/---
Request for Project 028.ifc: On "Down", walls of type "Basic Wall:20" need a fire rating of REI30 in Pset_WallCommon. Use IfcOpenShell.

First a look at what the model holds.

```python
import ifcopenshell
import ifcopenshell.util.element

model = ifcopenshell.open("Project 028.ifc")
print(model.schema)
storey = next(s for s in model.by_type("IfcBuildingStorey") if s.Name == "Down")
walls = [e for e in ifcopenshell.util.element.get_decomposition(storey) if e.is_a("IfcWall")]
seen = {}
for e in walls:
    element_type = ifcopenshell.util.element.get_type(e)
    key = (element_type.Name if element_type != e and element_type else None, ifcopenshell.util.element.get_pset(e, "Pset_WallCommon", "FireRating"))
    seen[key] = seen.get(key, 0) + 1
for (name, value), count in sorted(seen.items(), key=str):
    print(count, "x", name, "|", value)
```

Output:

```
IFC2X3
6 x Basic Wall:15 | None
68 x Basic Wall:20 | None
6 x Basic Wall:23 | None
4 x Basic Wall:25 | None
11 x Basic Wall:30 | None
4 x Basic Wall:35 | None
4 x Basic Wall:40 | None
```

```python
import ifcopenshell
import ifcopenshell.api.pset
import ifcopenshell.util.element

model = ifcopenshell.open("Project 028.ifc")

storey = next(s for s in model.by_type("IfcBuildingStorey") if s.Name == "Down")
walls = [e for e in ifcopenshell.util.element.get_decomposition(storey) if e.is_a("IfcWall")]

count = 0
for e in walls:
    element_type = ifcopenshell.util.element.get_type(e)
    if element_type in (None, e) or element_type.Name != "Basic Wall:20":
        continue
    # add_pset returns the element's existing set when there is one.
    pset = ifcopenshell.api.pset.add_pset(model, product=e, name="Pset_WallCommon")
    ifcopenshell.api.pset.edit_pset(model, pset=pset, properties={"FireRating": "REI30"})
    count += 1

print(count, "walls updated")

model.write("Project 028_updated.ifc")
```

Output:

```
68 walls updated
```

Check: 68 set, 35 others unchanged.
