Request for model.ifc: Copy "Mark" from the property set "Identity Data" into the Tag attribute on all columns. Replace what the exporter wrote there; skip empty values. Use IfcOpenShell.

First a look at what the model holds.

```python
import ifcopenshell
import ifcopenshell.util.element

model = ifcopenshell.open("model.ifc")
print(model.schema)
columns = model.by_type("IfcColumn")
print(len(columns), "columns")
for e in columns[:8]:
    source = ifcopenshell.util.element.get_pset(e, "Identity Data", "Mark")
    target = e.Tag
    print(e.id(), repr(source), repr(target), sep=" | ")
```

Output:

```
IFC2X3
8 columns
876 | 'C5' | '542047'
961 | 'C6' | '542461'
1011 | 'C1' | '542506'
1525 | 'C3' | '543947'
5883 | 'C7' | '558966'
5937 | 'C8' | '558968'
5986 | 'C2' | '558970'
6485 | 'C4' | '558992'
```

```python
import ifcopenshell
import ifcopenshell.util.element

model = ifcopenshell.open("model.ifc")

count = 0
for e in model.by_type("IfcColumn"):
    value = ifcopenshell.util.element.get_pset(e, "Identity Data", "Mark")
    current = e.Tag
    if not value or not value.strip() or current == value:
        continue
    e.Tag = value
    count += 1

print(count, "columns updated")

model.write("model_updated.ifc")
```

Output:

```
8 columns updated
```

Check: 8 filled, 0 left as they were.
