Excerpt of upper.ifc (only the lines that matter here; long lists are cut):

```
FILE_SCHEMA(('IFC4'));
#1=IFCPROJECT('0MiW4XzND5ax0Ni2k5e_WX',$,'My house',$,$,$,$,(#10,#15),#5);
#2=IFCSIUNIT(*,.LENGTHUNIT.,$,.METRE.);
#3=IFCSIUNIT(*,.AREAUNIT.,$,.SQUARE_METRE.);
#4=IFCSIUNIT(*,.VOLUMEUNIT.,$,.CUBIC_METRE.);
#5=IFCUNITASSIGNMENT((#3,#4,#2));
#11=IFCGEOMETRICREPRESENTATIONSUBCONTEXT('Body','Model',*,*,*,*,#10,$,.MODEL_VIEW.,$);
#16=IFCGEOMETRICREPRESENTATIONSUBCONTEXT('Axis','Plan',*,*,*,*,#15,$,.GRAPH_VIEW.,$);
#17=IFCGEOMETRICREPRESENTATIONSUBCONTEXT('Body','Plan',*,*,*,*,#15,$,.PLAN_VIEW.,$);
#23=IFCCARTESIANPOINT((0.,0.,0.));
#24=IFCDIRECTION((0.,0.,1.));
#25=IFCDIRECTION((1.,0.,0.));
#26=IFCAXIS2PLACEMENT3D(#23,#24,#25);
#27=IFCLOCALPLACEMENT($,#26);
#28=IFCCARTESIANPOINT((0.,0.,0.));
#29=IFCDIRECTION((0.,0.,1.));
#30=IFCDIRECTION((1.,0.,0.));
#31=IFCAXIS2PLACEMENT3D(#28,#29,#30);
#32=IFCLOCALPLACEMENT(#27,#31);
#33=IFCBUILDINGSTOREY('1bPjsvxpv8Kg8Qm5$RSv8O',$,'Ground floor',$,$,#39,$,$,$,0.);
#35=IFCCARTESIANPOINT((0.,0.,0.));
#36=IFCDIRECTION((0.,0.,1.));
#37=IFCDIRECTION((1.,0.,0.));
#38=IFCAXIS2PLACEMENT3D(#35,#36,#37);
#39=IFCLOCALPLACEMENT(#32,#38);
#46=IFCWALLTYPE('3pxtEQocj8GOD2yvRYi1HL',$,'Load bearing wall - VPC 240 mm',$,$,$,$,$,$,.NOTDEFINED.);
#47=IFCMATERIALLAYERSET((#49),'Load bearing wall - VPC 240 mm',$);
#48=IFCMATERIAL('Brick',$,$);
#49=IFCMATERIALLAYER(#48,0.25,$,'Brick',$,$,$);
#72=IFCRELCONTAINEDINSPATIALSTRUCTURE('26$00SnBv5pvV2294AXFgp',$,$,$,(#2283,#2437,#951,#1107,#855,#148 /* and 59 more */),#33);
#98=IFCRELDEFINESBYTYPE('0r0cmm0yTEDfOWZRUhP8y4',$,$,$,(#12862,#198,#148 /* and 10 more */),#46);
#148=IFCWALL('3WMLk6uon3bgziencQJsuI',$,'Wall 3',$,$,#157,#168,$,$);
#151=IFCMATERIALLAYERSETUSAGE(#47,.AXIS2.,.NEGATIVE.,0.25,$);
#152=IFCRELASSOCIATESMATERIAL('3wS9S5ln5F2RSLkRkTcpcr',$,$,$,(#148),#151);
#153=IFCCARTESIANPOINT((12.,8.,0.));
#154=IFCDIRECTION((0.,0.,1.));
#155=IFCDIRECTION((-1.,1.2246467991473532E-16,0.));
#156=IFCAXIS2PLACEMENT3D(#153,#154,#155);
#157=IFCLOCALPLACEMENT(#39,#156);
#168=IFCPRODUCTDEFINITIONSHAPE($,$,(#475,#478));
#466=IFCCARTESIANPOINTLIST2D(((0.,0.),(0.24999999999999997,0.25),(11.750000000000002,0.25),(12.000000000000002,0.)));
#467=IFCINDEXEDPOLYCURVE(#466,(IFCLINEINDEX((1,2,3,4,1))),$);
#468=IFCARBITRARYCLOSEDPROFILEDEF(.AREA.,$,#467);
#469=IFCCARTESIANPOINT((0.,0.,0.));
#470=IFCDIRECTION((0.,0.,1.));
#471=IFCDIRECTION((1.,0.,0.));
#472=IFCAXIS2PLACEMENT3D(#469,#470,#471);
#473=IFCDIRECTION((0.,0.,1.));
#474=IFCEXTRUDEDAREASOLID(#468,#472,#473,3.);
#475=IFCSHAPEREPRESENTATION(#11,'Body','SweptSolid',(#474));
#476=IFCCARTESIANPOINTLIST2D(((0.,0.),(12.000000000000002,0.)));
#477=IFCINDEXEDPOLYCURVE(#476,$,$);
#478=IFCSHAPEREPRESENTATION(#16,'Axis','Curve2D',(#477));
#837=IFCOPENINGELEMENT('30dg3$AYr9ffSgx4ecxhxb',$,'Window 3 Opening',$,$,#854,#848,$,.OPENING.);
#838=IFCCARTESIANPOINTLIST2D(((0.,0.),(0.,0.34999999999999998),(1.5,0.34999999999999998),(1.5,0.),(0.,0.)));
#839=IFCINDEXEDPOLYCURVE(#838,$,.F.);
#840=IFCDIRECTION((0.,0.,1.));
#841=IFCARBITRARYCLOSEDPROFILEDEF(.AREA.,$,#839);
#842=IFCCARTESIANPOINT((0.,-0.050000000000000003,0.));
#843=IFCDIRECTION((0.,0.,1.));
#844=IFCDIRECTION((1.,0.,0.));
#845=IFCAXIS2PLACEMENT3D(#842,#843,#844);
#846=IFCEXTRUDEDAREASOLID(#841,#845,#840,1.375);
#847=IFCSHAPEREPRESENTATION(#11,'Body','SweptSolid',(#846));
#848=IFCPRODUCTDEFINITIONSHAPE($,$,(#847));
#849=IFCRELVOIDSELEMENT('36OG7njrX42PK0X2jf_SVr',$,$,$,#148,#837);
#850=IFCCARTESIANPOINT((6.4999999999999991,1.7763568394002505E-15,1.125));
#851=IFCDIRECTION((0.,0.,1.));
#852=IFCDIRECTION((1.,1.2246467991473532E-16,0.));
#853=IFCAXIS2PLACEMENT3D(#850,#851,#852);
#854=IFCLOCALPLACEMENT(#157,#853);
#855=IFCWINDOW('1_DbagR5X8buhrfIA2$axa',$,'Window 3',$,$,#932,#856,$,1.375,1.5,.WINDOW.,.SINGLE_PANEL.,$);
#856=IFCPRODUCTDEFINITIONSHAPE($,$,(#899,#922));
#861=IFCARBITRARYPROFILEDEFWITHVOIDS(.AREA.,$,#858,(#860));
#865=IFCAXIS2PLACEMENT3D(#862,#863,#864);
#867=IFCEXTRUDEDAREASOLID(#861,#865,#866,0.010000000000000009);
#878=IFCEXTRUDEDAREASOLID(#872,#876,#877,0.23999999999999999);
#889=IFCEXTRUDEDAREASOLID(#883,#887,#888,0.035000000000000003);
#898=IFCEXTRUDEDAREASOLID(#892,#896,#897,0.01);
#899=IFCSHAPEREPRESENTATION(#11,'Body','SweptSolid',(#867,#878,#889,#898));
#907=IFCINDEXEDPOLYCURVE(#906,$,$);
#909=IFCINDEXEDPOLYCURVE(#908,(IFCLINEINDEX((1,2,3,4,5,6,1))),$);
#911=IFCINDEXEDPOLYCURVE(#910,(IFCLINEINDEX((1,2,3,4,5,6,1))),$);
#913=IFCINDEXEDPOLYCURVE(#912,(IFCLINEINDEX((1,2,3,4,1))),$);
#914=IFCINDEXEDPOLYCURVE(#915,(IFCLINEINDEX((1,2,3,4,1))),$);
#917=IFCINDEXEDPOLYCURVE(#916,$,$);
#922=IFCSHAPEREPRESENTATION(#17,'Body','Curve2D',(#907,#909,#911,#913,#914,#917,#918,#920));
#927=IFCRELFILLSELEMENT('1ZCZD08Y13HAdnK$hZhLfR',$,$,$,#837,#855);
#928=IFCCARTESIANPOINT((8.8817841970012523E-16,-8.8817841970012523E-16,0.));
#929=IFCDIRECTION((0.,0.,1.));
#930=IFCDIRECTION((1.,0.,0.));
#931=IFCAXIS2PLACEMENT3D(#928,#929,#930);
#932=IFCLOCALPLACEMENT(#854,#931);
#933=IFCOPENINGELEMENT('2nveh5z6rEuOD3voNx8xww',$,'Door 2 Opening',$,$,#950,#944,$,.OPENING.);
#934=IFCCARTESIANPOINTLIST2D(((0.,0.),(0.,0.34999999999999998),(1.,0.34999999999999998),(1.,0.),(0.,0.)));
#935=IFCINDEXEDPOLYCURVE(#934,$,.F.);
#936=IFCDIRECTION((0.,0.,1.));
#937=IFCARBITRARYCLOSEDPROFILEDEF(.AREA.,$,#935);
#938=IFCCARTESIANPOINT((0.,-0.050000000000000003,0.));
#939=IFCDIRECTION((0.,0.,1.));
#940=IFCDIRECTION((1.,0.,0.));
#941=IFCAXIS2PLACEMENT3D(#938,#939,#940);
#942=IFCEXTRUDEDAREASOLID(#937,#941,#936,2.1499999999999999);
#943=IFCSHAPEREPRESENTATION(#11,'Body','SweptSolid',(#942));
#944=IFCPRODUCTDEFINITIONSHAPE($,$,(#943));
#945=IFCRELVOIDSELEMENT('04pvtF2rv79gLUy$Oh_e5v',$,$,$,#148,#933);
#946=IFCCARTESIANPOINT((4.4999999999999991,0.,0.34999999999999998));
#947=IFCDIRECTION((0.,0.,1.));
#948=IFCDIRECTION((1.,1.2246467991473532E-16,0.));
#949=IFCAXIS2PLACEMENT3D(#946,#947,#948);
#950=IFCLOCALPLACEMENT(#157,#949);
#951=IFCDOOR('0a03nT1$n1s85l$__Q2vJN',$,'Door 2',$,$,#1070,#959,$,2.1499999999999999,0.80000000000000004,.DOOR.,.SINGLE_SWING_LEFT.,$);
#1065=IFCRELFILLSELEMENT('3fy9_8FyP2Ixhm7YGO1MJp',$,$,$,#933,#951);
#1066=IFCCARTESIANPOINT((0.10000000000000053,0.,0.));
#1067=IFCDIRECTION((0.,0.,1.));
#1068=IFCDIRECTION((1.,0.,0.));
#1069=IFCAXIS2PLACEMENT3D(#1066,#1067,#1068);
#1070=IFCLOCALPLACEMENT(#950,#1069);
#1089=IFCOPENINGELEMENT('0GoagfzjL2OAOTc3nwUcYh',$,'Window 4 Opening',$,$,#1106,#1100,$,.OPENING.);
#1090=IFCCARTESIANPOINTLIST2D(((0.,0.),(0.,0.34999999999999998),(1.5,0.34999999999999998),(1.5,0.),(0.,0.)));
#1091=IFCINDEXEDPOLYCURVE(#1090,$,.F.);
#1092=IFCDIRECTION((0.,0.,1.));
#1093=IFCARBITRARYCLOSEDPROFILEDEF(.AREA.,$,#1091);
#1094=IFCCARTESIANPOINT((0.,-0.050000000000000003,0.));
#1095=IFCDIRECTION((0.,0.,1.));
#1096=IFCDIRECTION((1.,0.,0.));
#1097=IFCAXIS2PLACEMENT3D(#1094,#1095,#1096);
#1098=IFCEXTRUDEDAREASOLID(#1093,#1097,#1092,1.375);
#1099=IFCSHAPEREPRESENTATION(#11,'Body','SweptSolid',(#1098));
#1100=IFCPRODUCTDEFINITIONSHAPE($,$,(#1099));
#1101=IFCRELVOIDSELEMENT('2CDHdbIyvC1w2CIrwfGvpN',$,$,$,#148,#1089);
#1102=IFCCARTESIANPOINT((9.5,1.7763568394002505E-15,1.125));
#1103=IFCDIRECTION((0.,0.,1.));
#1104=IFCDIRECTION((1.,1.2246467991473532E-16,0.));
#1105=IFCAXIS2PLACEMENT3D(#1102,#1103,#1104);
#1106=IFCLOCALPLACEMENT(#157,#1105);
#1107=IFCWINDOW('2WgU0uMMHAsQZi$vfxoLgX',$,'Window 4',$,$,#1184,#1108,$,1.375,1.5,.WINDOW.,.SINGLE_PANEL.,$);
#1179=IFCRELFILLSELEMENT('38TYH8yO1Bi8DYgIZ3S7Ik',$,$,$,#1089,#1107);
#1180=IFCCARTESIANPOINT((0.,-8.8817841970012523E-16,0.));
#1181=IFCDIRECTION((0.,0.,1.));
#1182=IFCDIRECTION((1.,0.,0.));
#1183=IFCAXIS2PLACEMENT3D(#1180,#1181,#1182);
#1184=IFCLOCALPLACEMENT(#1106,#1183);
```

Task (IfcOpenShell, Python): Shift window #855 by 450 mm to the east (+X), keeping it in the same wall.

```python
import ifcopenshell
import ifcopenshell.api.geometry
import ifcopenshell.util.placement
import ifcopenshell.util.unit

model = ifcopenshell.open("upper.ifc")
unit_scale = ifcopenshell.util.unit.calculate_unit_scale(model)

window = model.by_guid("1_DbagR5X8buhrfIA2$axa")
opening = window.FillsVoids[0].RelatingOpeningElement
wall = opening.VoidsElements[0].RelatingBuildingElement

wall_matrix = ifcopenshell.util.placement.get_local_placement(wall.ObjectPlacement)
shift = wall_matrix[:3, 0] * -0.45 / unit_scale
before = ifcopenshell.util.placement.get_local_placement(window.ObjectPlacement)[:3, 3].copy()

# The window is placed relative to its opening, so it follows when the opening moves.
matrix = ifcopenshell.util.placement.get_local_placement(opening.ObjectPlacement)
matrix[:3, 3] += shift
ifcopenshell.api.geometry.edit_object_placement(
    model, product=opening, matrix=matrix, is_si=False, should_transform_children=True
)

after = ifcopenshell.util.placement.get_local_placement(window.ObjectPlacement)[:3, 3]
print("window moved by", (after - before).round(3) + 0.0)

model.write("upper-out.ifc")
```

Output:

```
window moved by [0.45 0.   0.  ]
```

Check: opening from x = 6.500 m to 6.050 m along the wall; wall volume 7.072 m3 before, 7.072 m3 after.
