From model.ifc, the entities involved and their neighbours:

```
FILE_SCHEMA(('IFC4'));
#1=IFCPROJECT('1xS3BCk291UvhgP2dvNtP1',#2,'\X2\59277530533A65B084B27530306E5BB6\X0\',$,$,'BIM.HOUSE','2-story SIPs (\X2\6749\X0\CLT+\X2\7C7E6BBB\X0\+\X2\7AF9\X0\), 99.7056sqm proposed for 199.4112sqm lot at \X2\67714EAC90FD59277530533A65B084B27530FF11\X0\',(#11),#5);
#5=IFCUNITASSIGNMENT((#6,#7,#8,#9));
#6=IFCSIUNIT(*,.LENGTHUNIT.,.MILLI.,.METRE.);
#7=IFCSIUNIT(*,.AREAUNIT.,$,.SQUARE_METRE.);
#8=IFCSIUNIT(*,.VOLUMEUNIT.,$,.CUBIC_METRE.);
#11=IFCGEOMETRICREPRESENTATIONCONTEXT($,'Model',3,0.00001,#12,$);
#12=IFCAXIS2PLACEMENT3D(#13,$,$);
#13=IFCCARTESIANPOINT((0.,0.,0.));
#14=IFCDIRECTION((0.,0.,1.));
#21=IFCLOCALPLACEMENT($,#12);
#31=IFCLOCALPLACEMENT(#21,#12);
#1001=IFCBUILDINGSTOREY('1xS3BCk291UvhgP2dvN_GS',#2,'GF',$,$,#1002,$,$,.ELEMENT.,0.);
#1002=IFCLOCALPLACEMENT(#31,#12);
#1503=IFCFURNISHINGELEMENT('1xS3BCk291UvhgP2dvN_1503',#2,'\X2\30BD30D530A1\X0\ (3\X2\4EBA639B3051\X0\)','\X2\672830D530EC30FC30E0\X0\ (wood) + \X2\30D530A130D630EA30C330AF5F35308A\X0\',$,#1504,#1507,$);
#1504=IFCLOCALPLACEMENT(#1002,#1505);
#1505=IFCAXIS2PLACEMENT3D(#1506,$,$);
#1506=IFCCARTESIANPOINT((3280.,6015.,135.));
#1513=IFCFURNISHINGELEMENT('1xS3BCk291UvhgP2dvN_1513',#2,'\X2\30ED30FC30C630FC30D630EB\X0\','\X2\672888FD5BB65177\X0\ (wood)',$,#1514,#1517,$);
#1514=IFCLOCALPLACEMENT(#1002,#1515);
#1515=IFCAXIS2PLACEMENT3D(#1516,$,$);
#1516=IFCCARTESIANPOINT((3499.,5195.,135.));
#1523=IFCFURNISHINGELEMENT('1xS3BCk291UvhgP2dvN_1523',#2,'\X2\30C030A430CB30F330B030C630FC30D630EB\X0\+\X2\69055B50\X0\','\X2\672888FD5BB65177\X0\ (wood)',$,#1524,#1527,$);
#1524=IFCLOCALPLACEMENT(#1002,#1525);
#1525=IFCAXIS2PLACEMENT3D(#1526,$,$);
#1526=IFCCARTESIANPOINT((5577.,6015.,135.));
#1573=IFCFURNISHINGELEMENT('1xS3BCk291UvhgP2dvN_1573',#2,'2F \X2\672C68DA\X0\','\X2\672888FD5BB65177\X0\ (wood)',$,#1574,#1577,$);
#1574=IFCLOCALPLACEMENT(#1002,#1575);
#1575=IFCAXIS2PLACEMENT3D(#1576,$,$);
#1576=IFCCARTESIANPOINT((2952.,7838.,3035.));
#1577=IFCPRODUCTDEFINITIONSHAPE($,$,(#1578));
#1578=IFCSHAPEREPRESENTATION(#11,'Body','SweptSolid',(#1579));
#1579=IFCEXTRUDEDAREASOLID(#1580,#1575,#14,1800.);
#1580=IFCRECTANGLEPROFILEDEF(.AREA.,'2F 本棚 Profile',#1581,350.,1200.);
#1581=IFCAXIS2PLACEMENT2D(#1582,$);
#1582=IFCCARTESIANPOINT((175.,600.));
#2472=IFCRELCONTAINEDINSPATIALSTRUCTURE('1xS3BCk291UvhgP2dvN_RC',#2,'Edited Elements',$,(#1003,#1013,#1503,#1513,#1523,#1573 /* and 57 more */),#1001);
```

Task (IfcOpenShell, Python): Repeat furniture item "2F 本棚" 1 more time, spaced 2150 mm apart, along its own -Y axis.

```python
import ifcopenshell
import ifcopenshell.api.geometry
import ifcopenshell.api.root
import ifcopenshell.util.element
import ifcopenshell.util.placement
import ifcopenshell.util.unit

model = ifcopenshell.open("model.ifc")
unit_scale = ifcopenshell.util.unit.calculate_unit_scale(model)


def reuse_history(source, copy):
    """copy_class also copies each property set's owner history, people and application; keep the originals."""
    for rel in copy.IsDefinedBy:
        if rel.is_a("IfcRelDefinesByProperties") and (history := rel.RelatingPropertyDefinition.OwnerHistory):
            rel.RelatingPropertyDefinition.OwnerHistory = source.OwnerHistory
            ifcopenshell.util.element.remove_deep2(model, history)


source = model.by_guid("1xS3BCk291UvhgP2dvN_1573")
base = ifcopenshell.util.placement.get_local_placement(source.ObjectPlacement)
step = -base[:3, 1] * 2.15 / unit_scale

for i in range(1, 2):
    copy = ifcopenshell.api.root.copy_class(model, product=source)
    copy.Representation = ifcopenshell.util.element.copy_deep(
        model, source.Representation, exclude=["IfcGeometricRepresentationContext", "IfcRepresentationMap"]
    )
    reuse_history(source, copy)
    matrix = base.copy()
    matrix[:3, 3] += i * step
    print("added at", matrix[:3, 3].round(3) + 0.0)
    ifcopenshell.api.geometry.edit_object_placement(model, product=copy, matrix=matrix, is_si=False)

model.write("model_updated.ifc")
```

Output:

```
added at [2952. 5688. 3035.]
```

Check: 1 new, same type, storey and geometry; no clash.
\---
» ABOUT THIS EXERCISE: Starting at the first line of the records above, please copy each line exactly until you reach the line containing "Check: 68 set, 35 others unchanged.". Include that line and stop there.

» RESPONSE TO THIS EXERCISE:
Request for Project 028.ifc: On "Down", walls of type "Basic Wall:20" need a fire rating of REI30 in Pset_WallCommon. Use IfcOpenShell.

First a look at what the model holds.

```python
import ifcopenshell
import ifcopenshell.util.element

model = ifcopenshell.open("Project 028.ifc")
print(model.schema)
storey = next(s for s in model.by_type("IfcBuildingStorey") if s.Name == "Down")
walls = [e for e in ifcopenshell.util.element.get_decomposition(storey) if e.is_a("IfcWall")]
seen = {}
for e in walls:
    element_type = ifcopenshell.util.element.get_type(e)
    key = (element_type.Name if element_type != e and element_type else None, ifcopenshell.util.element.get_pset(e, "Pset_WallCommon", "FireRating"))
    seen[key] = seen.get(key, 0) + 1
for (name, value), count in sorted(seen.items(), key=str):
    print(count, "x", name, "|", value)
```

Output:

```
IFC2X3
6 x Basic Wall:15 | None
68 x Basic Wall:20 | None
6 x Basic Wall:23 | None
4 x Basic Wall:25 | None
11 x Basic Wall:30 | None
4 x Basic Wall:35 | None
4 x Basic Wall:40 | None
```

```python
import ifcopenshell
import ifcopenshell.api.pset
import ifcopenshell.util.element

model = ifcopenshell.open("Project 028.ifc")

storey = next(s for s in model.by_type("IfcBuildingStorey") if s.Name == "Down")
walls = [e for e in ifcopenshell.util.element.get_decomposition(storey) if e.is_a("IfcWall")]

count = 0
for e in walls:
    element_type = ifcopenshell.util.element.get_type(e)
    if element_type in (None, e) or element_type.Name != "Basic Wall:20":
        continue
    # add_pset returns the element's existing set when there is one.
    pset = ifcopenshell.api.pset.add_pset(model, product=e, name="Pset_WallCommon")
    ifcopenshell.api.pset.edit_pset(model, pset=pset, properties={"FireRating": "REI30"})
    count += 1

print(count, "walls updated")

model.write("Project 028_updated.ifc")
```

Output:

```
68 walls updated
```

Check: 68 set, 35 others unchanged.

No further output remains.